# Rev Limit on 05 Sentra 1.8S



## AsianJKim (Dec 15, 2004)

I'm not sure if someone already posted this but, does anyone know the rev limit on the 2005 Sentra 1.8S? I just wanted to know where the limit stopped giving the car fuel and where it would start to bump back...


----------



## Blank (Aug 21, 2003)

AsianJKim said:


> I'm not sure if someone already posted this but, does anyone know the rev limit on the 2005 Sentra 1.8S? I just wanted to know where the limit stopped giving the car fuel and where it would start to bump back...


redline...


----------



## chimmike (Oct 17, 2002)

actually the rev limiter kicks in around 6750rpm.
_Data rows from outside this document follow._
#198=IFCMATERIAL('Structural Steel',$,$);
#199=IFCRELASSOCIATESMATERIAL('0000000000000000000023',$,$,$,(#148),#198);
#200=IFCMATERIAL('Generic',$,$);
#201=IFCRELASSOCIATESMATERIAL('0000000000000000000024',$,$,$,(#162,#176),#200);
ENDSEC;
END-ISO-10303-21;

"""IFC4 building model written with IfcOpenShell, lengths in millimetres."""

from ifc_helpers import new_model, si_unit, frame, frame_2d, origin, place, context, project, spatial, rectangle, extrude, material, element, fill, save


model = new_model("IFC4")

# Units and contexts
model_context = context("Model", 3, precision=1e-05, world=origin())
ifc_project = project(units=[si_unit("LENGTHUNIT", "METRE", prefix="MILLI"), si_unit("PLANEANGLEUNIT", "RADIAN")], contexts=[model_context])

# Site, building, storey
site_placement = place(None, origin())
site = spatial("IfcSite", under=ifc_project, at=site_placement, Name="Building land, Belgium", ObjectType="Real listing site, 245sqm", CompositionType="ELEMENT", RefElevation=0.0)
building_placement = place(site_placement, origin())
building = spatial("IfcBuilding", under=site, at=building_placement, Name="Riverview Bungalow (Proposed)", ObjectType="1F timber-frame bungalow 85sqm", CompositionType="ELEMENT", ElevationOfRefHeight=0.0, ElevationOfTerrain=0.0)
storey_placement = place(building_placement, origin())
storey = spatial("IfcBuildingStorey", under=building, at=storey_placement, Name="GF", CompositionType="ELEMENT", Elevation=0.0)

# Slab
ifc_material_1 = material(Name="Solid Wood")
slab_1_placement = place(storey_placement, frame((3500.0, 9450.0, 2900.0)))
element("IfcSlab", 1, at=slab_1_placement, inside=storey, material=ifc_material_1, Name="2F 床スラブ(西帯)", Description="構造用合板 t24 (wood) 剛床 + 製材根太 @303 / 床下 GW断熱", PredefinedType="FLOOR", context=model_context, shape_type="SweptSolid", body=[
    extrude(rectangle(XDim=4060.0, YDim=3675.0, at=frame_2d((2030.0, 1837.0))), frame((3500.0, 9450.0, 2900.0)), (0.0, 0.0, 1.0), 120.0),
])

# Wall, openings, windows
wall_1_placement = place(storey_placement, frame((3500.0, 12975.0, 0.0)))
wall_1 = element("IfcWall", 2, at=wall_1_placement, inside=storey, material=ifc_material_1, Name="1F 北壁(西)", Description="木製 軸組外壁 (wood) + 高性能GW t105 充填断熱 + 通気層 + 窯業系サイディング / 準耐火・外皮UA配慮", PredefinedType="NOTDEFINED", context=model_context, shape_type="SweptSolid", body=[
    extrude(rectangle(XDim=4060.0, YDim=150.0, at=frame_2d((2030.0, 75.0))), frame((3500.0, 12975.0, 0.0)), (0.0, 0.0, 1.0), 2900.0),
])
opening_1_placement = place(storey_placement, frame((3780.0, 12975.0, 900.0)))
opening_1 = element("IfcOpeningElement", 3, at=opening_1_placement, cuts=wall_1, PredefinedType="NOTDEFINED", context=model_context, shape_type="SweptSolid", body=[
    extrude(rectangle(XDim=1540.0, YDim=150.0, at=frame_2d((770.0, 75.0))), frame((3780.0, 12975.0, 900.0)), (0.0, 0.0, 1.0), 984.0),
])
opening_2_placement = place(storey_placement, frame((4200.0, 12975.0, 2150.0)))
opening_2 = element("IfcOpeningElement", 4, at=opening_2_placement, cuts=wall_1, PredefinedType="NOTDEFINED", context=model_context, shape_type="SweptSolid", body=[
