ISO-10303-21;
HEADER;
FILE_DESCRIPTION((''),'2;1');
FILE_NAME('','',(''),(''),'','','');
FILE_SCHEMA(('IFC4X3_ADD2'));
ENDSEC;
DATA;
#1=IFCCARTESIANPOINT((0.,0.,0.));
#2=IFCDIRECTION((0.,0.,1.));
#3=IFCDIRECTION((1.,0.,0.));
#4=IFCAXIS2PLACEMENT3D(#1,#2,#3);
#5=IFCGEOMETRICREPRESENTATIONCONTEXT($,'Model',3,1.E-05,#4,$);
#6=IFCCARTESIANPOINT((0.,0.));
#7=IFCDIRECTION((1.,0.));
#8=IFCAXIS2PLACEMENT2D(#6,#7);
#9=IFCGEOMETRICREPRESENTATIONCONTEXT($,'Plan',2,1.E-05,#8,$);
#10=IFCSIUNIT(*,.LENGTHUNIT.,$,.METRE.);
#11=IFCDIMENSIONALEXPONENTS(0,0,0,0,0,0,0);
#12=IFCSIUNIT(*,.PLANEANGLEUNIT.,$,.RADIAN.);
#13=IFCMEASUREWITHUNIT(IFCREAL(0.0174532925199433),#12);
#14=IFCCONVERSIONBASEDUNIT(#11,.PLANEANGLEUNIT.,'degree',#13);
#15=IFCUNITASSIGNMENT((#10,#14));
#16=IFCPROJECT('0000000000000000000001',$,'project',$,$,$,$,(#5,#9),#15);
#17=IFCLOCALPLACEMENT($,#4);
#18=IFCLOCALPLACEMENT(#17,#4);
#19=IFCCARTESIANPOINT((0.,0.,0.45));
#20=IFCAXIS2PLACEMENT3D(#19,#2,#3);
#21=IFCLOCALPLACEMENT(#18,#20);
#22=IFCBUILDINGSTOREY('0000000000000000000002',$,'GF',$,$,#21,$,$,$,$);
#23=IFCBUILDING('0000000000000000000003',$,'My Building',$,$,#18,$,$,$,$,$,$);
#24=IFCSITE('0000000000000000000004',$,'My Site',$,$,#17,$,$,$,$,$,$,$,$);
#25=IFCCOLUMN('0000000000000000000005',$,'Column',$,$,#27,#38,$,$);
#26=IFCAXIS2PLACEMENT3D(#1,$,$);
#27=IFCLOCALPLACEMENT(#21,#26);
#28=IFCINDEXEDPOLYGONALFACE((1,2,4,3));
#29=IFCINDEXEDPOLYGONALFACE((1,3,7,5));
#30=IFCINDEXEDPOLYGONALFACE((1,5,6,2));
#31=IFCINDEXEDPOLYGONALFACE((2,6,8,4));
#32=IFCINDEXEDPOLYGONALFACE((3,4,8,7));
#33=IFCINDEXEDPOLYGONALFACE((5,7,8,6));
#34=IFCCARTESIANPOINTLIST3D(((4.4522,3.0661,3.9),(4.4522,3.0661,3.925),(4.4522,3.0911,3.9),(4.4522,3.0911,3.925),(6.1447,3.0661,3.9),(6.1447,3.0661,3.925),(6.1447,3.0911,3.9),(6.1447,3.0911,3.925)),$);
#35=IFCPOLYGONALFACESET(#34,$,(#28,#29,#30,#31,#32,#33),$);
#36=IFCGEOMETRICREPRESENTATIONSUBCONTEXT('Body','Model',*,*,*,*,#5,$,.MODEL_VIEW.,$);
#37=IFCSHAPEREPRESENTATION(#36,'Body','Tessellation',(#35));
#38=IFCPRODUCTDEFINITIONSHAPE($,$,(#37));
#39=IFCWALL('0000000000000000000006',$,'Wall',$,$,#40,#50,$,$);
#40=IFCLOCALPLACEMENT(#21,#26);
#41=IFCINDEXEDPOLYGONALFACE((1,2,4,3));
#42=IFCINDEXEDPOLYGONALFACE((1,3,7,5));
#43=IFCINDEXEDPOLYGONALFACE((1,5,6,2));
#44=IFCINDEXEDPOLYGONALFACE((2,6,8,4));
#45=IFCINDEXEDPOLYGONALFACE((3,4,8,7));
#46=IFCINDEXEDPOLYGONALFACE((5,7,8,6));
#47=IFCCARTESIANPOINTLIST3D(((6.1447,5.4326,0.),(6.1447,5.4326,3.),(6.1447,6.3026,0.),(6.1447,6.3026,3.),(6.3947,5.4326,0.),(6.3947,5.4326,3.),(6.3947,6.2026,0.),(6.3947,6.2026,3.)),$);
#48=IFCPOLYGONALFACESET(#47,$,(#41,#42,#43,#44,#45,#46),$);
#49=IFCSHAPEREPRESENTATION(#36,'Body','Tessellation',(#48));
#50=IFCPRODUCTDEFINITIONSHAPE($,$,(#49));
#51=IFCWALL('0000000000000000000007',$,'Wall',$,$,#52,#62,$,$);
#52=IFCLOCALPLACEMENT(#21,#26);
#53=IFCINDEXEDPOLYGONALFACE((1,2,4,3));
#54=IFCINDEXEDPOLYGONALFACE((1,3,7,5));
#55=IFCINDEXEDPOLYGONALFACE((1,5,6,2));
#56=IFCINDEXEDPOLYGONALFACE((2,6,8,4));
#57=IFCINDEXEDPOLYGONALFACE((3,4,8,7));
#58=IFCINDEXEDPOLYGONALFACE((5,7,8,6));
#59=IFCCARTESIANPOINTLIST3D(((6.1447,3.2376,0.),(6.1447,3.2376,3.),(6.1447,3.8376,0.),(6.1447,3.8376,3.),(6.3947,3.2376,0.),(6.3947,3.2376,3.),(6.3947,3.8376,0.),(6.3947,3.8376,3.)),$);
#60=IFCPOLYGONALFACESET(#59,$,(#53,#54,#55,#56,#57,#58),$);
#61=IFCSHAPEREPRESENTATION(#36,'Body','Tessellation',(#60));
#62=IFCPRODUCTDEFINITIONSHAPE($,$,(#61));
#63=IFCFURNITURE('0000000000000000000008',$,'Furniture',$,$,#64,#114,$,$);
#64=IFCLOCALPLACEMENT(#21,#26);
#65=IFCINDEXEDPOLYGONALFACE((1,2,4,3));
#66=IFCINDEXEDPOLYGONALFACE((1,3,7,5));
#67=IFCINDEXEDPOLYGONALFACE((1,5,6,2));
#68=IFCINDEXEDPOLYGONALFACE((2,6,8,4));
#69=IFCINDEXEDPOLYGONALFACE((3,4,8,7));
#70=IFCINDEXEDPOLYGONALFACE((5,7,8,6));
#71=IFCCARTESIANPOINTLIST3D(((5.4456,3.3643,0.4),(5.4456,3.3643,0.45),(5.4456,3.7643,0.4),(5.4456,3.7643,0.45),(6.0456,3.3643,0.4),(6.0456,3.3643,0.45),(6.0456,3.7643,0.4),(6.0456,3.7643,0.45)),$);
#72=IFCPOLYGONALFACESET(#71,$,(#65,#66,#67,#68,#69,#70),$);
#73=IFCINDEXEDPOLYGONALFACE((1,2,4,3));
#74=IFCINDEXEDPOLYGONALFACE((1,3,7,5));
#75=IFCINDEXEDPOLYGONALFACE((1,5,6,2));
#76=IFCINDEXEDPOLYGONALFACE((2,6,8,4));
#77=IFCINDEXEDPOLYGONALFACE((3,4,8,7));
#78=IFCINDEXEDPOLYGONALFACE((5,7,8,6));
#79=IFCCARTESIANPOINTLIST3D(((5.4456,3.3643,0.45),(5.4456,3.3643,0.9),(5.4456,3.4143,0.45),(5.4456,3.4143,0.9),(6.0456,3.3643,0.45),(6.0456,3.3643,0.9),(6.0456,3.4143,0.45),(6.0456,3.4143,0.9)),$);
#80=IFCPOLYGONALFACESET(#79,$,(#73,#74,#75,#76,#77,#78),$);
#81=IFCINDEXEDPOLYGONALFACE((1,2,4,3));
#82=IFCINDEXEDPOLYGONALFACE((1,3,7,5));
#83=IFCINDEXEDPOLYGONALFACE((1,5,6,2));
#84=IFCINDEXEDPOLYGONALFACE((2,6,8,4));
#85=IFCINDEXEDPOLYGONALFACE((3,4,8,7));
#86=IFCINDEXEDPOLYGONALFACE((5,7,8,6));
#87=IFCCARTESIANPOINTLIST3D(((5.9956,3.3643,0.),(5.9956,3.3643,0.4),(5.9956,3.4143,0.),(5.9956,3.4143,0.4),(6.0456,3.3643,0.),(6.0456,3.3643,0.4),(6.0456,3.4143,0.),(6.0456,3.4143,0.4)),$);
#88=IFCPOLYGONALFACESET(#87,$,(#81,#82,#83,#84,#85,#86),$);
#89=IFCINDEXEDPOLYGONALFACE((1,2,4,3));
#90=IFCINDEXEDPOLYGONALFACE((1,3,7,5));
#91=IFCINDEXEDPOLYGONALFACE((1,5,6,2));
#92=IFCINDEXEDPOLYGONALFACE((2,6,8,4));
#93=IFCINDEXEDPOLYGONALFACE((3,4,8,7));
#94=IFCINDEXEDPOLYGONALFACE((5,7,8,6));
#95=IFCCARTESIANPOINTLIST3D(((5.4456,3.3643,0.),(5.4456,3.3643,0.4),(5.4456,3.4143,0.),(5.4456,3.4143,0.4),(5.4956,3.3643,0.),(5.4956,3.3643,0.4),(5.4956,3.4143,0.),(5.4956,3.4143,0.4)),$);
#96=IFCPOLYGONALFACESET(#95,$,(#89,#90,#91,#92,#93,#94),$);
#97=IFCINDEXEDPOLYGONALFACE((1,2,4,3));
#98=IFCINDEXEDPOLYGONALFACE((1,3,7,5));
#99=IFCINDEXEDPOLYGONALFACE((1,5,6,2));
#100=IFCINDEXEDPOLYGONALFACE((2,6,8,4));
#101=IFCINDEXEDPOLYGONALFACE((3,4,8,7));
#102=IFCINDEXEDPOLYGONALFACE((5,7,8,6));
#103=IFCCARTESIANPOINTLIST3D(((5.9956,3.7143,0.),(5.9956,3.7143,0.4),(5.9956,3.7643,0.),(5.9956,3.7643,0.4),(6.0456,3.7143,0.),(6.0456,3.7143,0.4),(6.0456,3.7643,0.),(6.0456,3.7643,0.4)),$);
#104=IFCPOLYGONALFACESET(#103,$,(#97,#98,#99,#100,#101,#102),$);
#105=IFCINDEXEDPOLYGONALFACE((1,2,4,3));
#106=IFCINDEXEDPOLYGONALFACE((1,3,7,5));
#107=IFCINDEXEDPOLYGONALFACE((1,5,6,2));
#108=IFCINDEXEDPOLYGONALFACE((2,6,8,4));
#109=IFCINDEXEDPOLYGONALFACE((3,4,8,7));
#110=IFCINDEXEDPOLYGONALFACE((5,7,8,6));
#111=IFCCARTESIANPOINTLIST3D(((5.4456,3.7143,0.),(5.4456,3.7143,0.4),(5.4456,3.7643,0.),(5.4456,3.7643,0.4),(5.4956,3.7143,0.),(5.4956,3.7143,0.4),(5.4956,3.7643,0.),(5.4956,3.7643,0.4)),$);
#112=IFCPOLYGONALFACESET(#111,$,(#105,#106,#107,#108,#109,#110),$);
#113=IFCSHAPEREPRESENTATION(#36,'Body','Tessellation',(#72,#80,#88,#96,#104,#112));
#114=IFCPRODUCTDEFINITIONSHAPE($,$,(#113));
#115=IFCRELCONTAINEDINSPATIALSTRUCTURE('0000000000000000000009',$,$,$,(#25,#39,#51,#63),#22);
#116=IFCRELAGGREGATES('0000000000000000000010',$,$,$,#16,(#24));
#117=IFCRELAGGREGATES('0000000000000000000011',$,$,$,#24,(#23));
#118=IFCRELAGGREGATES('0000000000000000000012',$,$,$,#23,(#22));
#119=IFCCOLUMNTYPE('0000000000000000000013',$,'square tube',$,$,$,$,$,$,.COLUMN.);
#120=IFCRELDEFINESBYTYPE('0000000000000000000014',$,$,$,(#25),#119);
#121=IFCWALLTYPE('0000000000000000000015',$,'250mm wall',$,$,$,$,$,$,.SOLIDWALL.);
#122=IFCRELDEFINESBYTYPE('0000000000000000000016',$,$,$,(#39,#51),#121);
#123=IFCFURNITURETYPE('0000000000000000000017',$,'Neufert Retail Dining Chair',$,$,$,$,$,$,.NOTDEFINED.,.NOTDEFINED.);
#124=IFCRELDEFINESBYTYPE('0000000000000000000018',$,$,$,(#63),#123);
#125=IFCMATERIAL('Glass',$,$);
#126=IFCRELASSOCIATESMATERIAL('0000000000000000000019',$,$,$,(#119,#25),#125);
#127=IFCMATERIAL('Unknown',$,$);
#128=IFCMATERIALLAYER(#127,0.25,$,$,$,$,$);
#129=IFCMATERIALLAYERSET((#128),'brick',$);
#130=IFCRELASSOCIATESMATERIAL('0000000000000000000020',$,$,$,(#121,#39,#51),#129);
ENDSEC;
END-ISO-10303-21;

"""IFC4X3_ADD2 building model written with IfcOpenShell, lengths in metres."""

from ifc_helpers import new_model, entity, si_unit, converted_unit, frame, origin_with_axes, origin_2d_with_axis, place, context, subcontext, project, spatial, line, indexed_curve, rectangle, outline, extrude, shape, source, transform, mapped, material, layer, layer_set, layer_usage, material_profile, profile_set, profile_usage, type_object, type_shapes, element, save


model = new_model("IFC4X3_ADD2")

# Units and contexts
model_context = context("Model", 3, precision=1e-05, world=origin_with_axes())
plan_context = context("Plan", 2, precision=1e-05, world=origin_2d_with_axis())
body_context_1 = subcontext(model_context, "Body", "Model", "MODEL_VIEW")
body_context_2 = subcontext(plan_context, "Body", "Plan", "PLAN_VIEW")
ifc_project = project(units=[si_unit("LENGTHUNIT", "METRE"), converted_unit("PLANEANGLEUNIT", "degree", entity("IfcReal", 0.0174532925199433), si_unit("PLANEANGLEUNIT", "RADIAN"), dimensions=[0, 0, 0, 0, 0, 0, 0])], contexts=[model_context, plan_context])

# Site, building, storey
site_placement = place(None, origin_with_axes())
site = spatial("IfcSite", under=ifc_project, at=site_placement, Name="My Site")
building_placement = place(site_placement, origin_with_axes())
building = spatial("IfcBuilding", under=site, at=building_placement, Name="My Building")
storey_placement = place(building_placement, frame((0.0, 0.0, 0.45), z_axis=(0.0, 0.0, 1.0), x_axis=(1.0, 0.0, 0.0)))
storey = spatial("IfcBuildingStorey", under=building, at=storey_placement, Name="GF")

# Column
ifc_material_1 = material(Name="Glass")
ifc_material_profile = material_profile(ifc_material_1, rectangle(XDim=0.025, YDim=0.025))
ifc_profile_set = profile_set([ifc_material_profile])
column_type = type_object("IfcColumnType", Name="square tube", PredefinedType="COLUMN", material=ifc_profile_set)
ifc_profile_usage_1 = profile_usage(ifc_profile_set, cardinal=5)
column_1_placement = place(storey_placement, frame((6.1447, 3.0786, 3.9125), z_axis=(-1.0, 0.0, 0.0), x_axis=(0.0, 0.0, -1.0)))
element("IfcColumn", 1, at=column_1_placement, inside=storey, type_object=column_type, material=ifc_profile_usage_1, Name="Column", context=body_context_1, shape_type="SweptSolid", body=[
    extrude(rectangle(XDim=0.025, YDim=0.025), origin_with_axes(), (0.0, 0.0, 1.0), 1.6925),
])

# Walls
ifc_material_2 = material(Name="Unknown")
ifc_layer = layer(ifc_material_2, 0.25)
ifc_layer_set = layer_set([ifc_layer], Name="brick")
ifc_layer_usage_1 = layer_usage(ifc_layer_set, "AXIS2", "POSITIVE", 0.0)
wall_type = type_object("IfcWallType", Name="250mm wall", PredefinedType="SOLIDWALL", material=ifc_layer_set)
wall_1_placement = place(storey_placement, frame((6.3947, 5.4326, 0.0), z_axis=(0.0, 0.0, 1.0), x_axis=(0.0, 1.0, 0.0)))
element("IfcWall", 2, at=wall_1_placement, inside=storey, type_object=wall_type, material=ifc_layer_usage_1, Name="Wall", context=body_context_1, shape_type="SweptSolid", body=[
    extrude(outline(indexed_curve([(0.0, 0.0), (0.0, 0.25), (0.87, 0.25), (0.77, 0.0)], segments=[line(1, 2, 3, 4, 1)])), origin_with_axes(), (0.0, 0.0, 1.0), 3.0),
])
ifc_layer_usage_2 = layer_usage(ifc_layer_set, "AXIS2", "POSITIVE", 0.0)
wall_2_placement = place(storey_placement, frame((6.3947, 3.2376, 0.0), z_axis=(0.0, 0.0, 1.0), x_axis=(0.0, 1.0, 0.0)))
element("IfcWall", 3, at=wall_2_placement, inside=storey, type_object=wall_type, material=ifc_layer_usage_2, Name="Wall", context=body_context_1, shape_type="SweptSolid", body=[
    extrude(outline(indexed_curve([(0.0, 0.0), (0.0, 0.25), (0.6, 0.25), (0.6, 0.0), (0.0, 0.0)], self_intersect=False)), origin_with_axes(), (0.0, 0.0, 1.0), 3.0),
])

# Furniture
furniture_type = type_object("IfcFurnitureType", Name="Neufert Retail Dining Chair", AssemblyPlace="NOTDEFINED", PredefinedType="NOTDEFINED")
shared_shape_1 = source(origin_with_axes(), body_context_1, "Body", "SweptSolid", [
    extrude(outline(indexed_curve([(-0.3, 0.0), (0.3, 0.0), (0.3, -0.4), (-0.3, -0.4)], segments=[line(1, 2, 3, 4, 1)])), frame((0.0, 0.0, 0.45), z_axis=(0.0, 0.0, 1.0), x_axis=(1.0, 0.0, 0.0)), (0.0, 0.0, -1.0), 0.05),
Redline is market 6500rpm.


----------



## AsianJKim (Dec 15, 2004)

Really.....Thanks alot!! :cheers:


----------



## AsianJKim (Dec 15, 2004)

But that seems not that much of a difference. Considering its only alittle bit longer....


----------



## Jasper (Apr 2, 2004)

chimmike said:


> actually the rev limiter kicks in around 6750rpm. Redline is market 6500rpm.


6750? i thought it was 6250?, and rated for a 6,000 rpm limit.


----------



## chimmike (Oct 17, 2002)

you're thinking QR25. QG18 redlines at 6500. rev limit at 6750. Always has.


----------